**WHAT YOU HAVE TO DO**.
How many lines below contain the word "IFCLOCALPLACEMENT"? Reply solely with the number.
>>
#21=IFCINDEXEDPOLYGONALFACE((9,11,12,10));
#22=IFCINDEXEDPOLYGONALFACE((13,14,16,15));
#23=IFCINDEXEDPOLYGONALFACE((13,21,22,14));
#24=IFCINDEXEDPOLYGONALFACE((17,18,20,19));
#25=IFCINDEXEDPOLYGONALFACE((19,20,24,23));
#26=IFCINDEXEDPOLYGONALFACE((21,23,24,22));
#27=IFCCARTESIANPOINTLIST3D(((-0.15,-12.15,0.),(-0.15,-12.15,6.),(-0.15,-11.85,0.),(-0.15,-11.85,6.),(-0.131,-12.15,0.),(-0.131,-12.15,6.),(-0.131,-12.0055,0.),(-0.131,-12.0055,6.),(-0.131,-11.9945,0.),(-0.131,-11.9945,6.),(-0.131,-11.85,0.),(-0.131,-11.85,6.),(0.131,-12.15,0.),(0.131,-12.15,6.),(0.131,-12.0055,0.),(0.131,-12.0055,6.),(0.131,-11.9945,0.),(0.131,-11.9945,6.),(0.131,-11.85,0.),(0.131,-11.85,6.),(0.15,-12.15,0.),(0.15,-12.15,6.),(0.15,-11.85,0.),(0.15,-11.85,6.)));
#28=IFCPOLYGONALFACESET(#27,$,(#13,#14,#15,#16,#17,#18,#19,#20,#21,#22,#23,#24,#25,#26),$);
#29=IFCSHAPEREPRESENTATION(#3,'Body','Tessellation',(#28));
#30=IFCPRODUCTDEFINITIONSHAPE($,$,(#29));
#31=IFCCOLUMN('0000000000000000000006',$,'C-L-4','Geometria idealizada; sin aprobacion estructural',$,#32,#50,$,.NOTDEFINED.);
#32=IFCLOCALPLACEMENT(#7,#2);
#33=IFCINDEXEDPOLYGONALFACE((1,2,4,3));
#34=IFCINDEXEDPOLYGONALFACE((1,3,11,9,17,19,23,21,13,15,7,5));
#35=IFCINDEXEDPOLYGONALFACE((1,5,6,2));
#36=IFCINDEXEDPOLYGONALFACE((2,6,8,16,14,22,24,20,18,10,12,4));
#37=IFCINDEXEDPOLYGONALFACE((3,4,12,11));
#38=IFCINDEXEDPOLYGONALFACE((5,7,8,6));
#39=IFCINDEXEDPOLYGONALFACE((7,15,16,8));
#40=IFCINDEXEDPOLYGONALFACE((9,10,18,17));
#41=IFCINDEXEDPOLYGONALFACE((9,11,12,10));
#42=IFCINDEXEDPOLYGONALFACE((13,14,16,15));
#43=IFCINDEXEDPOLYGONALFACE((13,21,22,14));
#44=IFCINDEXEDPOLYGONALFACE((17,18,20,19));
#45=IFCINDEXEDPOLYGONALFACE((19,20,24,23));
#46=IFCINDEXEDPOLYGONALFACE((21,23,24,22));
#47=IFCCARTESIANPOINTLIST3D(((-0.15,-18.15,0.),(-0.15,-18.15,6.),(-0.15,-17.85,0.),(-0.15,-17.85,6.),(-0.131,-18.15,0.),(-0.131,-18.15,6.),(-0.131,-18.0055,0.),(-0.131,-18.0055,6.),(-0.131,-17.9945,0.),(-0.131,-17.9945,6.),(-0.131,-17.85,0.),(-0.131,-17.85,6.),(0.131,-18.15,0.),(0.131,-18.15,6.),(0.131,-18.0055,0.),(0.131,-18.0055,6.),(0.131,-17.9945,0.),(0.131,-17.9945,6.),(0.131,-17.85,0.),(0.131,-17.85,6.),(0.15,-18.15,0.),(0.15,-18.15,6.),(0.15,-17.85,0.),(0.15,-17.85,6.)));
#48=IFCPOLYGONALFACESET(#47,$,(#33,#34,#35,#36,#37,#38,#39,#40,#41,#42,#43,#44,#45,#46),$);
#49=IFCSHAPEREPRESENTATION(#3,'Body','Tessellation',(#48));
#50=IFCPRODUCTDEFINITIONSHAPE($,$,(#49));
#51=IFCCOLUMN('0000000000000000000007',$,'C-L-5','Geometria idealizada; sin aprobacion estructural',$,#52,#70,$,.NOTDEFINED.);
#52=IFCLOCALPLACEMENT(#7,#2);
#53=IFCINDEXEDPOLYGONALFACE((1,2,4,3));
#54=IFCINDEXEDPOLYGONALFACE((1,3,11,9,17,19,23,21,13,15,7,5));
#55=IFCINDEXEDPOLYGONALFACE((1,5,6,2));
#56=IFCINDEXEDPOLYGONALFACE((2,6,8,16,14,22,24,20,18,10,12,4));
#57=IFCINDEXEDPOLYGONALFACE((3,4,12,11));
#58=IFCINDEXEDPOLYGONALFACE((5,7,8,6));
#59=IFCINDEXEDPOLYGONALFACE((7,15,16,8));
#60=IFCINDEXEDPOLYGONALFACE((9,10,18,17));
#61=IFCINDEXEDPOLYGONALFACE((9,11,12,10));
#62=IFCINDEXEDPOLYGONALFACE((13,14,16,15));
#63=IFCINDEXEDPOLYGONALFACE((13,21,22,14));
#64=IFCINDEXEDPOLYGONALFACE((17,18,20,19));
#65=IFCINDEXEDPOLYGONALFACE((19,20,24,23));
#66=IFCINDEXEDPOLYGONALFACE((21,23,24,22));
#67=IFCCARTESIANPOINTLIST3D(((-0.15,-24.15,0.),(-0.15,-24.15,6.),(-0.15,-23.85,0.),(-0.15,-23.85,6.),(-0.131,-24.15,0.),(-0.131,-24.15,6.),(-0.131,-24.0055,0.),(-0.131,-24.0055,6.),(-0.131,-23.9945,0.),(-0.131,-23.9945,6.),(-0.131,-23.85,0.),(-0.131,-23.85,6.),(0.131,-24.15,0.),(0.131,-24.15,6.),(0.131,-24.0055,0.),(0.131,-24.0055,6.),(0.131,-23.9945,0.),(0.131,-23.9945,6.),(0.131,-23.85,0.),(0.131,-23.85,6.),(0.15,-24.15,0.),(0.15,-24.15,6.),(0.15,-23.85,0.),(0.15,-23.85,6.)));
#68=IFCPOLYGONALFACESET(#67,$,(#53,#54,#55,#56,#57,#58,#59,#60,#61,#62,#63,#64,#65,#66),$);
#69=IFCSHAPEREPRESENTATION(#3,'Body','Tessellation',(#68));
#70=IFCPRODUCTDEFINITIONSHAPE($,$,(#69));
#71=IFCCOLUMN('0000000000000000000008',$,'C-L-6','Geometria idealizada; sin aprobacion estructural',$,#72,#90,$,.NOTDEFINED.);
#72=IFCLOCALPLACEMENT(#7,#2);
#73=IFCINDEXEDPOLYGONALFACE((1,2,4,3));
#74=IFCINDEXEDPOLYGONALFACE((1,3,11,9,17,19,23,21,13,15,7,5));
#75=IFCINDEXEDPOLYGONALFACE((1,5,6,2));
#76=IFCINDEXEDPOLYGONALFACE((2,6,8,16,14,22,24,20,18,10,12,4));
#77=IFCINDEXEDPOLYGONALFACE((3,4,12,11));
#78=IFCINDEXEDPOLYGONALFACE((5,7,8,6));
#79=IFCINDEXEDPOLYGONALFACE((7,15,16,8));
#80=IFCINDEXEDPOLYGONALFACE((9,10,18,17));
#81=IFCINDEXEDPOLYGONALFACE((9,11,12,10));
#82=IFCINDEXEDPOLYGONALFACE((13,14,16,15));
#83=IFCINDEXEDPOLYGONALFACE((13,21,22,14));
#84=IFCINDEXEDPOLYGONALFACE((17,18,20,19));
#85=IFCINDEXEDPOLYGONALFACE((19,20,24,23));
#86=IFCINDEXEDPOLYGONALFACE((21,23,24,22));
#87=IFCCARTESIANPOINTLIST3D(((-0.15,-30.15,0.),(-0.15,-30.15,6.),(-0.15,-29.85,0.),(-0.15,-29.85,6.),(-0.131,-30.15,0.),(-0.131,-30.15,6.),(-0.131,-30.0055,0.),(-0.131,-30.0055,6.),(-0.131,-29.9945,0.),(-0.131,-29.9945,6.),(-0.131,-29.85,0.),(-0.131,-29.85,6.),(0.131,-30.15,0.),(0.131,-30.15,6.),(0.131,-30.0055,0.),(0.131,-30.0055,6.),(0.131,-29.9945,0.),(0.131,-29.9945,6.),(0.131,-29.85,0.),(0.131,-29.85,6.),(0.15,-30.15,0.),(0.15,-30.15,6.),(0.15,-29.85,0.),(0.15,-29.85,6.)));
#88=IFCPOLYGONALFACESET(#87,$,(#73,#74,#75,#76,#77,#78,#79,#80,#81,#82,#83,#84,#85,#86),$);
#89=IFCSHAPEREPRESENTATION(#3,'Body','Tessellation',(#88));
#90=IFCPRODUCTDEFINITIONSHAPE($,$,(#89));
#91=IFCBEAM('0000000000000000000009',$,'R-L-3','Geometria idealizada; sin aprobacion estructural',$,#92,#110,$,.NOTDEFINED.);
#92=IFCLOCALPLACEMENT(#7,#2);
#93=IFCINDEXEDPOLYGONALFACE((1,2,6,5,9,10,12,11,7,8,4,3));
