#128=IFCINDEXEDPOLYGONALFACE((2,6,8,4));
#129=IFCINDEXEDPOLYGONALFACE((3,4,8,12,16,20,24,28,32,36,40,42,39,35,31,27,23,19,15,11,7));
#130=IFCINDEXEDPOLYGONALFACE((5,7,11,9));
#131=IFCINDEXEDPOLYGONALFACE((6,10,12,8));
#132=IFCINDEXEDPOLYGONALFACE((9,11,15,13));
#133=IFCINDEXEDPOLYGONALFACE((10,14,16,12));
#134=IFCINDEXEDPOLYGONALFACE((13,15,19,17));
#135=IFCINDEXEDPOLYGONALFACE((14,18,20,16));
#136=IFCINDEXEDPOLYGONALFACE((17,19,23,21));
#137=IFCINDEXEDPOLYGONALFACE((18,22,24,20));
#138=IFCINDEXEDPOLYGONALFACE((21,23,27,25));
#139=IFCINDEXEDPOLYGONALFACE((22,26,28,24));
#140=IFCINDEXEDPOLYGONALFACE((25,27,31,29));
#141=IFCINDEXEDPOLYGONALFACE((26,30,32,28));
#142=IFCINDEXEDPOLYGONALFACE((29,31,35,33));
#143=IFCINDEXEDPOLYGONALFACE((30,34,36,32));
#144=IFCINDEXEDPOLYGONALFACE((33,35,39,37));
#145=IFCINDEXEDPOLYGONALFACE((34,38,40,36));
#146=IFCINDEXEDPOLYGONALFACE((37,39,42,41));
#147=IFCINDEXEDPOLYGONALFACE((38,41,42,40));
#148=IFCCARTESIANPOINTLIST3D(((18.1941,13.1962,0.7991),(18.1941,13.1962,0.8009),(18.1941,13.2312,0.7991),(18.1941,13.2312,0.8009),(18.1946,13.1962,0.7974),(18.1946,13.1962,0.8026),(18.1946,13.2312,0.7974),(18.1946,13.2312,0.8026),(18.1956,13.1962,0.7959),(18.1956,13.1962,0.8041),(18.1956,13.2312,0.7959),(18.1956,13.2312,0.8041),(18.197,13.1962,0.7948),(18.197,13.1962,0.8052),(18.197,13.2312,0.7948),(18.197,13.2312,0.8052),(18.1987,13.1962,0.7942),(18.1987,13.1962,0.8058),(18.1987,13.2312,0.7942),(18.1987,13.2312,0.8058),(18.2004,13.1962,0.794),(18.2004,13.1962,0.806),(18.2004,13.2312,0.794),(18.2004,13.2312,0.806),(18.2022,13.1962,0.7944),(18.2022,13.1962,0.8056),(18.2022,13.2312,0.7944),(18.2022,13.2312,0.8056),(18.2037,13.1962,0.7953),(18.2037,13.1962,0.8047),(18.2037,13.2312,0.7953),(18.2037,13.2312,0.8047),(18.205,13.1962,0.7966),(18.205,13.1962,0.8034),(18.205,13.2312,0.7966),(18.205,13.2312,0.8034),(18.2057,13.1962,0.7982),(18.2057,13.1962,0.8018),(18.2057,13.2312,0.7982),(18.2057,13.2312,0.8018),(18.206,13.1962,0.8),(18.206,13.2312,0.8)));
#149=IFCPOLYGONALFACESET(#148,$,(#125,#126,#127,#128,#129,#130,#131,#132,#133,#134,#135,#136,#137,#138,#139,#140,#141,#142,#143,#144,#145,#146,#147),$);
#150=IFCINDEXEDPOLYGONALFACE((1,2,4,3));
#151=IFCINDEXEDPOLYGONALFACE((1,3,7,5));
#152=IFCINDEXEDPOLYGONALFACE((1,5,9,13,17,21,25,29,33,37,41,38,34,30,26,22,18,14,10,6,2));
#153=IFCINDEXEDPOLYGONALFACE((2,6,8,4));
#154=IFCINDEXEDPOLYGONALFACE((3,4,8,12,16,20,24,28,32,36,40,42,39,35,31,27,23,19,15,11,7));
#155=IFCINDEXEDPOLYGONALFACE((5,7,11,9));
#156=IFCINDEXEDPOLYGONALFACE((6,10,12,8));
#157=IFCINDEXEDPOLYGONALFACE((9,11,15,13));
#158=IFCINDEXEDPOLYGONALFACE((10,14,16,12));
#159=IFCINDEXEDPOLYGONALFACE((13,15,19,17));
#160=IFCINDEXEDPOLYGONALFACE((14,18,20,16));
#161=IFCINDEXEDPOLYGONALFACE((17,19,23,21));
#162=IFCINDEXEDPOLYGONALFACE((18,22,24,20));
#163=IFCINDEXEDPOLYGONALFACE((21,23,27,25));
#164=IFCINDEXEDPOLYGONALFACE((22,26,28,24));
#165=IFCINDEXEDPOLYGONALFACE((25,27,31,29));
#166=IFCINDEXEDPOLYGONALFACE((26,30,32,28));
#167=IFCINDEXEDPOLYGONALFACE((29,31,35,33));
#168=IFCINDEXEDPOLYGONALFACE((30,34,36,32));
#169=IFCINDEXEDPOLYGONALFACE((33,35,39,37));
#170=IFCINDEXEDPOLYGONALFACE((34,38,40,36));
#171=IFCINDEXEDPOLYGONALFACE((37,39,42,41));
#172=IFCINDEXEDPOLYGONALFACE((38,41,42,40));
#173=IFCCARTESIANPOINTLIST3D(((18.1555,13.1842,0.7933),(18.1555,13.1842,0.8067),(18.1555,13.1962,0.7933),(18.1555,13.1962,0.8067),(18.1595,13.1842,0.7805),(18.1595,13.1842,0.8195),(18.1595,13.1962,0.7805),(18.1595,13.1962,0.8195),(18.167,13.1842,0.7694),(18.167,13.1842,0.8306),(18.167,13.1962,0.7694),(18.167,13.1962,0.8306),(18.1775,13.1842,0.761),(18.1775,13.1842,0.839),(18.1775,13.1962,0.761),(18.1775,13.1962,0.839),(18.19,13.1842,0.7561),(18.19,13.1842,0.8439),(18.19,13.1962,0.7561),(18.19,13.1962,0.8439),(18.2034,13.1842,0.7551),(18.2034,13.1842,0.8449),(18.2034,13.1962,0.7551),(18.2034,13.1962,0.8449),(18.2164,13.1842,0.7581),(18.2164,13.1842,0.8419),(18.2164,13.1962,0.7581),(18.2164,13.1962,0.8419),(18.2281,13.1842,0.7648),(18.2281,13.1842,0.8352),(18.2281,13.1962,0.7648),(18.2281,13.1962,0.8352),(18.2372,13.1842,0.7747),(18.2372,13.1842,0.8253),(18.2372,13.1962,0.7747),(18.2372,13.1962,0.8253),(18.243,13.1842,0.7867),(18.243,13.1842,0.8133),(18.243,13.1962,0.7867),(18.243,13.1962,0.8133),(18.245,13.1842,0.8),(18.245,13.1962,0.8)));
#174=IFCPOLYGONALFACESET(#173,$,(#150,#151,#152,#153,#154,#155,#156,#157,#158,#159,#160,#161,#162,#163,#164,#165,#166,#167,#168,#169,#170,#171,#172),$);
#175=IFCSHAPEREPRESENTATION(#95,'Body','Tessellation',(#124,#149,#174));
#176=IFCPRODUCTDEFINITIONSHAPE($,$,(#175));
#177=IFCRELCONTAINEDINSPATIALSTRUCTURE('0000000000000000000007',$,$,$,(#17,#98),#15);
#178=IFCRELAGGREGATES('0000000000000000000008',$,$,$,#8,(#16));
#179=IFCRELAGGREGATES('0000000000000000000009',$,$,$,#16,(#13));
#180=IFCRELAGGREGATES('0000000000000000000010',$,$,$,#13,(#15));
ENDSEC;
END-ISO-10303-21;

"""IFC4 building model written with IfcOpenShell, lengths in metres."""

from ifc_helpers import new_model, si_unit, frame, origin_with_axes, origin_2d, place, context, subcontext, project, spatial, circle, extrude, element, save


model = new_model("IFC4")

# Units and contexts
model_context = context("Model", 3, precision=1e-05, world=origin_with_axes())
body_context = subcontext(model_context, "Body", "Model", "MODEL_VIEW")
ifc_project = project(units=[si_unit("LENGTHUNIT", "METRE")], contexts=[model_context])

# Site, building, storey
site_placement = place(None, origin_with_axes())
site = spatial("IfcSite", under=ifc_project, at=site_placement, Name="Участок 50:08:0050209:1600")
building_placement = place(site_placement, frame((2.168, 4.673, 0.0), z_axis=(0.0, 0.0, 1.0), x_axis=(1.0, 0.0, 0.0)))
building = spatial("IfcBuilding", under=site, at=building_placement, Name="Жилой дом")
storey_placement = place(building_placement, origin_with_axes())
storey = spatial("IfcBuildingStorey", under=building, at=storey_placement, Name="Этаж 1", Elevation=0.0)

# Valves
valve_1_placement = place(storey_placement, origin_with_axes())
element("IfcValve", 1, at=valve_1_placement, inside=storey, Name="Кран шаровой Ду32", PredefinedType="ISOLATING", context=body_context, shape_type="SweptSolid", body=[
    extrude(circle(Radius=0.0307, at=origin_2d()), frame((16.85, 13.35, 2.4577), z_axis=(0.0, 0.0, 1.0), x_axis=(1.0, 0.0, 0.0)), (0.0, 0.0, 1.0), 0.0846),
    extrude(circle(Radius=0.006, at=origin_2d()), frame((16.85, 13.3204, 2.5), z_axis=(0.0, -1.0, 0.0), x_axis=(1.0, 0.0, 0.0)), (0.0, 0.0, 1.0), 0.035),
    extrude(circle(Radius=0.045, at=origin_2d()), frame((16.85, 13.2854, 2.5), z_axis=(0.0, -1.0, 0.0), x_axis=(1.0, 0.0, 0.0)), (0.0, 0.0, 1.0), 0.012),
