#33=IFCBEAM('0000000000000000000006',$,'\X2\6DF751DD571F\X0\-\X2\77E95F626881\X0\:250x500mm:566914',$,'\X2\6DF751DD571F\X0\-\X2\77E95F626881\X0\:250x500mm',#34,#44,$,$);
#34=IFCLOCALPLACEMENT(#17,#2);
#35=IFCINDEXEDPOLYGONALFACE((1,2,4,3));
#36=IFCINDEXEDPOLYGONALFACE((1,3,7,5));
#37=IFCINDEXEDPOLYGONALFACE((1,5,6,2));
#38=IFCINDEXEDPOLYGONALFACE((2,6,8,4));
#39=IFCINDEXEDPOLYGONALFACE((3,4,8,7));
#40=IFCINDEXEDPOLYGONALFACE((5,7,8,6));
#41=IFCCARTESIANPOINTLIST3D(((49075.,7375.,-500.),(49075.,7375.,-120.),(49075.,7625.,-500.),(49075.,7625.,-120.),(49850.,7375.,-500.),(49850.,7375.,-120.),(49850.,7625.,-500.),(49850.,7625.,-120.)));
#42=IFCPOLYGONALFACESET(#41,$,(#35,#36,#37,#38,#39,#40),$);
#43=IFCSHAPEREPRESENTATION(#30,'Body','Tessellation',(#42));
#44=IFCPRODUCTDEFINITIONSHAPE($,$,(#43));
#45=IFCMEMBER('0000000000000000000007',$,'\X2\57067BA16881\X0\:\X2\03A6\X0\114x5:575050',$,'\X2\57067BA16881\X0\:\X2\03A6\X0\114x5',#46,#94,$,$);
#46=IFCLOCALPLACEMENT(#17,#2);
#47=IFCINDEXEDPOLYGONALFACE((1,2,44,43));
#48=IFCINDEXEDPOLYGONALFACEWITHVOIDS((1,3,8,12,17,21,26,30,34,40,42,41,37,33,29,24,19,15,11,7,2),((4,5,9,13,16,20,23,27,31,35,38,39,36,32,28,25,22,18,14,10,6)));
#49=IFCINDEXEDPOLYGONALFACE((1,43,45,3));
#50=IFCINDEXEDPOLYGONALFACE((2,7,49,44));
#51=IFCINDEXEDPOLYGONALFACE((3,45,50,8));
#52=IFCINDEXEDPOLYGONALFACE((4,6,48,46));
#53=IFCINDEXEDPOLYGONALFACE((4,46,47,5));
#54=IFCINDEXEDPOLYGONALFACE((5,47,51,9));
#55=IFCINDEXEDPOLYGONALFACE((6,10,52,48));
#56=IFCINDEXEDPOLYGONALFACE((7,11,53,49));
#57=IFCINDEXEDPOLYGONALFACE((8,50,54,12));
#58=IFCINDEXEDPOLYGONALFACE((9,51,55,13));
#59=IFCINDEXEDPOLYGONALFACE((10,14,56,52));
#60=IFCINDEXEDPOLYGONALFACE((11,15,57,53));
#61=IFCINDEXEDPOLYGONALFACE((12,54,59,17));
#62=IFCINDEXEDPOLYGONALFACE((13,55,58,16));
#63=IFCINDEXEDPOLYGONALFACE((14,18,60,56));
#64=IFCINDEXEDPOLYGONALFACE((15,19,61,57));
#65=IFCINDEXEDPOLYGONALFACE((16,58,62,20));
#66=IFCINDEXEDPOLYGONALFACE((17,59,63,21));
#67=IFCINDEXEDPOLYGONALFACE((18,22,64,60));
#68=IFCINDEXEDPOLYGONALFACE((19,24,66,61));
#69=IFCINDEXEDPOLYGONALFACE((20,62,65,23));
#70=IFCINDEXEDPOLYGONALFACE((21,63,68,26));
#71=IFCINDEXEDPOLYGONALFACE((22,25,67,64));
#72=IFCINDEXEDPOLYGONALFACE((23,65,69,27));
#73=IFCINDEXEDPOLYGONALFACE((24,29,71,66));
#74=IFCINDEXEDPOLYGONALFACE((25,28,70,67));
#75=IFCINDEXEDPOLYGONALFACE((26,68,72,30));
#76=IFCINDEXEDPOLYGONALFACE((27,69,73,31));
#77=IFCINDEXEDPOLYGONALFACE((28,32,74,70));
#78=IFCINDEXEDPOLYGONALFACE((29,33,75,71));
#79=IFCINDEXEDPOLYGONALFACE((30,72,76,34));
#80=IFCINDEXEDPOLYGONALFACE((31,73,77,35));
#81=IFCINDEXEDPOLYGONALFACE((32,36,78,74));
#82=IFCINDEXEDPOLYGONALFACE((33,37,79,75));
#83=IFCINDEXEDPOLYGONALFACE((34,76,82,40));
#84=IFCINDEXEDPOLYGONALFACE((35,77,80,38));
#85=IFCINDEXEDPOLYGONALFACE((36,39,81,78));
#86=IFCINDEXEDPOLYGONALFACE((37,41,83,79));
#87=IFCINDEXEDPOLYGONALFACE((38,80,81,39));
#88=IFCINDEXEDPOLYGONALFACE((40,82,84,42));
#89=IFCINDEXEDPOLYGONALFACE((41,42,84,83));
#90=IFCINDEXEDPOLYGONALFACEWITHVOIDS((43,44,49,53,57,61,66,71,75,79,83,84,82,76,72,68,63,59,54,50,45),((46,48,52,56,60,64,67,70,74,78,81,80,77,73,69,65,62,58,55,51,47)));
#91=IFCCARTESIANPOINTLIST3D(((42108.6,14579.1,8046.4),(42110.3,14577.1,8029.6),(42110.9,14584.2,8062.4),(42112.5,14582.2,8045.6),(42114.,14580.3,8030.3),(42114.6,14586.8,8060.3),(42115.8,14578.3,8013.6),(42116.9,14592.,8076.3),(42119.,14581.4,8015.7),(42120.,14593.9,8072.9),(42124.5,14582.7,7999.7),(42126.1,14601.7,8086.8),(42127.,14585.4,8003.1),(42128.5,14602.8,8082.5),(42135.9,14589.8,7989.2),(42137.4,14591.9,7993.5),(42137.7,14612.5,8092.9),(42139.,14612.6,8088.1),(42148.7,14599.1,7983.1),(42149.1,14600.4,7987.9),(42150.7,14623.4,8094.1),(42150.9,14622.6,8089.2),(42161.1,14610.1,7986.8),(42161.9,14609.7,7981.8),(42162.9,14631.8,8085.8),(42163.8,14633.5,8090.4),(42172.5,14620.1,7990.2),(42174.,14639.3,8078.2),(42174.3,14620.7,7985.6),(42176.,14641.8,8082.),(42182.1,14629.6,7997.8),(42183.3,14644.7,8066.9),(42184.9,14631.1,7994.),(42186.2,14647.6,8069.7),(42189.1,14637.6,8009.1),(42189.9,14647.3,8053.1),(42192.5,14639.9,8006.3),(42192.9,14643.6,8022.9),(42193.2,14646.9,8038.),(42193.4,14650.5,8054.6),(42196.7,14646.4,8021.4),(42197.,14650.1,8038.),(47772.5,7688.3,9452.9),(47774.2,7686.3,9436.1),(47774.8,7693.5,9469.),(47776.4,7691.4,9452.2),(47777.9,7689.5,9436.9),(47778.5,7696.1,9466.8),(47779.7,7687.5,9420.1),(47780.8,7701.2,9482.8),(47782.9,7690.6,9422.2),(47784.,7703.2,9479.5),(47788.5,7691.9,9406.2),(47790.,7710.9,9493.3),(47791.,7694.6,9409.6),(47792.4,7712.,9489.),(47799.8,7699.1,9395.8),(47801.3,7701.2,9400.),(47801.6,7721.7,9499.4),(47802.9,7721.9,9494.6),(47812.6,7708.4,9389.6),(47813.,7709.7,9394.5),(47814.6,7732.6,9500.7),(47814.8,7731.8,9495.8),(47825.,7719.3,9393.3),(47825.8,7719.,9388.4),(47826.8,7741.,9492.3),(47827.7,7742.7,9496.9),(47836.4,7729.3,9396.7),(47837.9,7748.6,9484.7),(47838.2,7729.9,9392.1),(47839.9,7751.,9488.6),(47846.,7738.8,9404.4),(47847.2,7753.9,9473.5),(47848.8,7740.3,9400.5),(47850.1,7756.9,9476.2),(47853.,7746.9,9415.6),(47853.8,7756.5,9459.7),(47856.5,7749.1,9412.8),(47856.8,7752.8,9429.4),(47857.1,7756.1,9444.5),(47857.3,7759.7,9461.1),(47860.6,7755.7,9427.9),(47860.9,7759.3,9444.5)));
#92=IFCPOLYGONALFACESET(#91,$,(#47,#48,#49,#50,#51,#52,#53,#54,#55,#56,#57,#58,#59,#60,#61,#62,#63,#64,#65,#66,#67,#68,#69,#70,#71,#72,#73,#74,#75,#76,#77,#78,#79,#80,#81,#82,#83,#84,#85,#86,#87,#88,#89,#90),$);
<<
**RESULT FOR THIS EXERCISE**.
6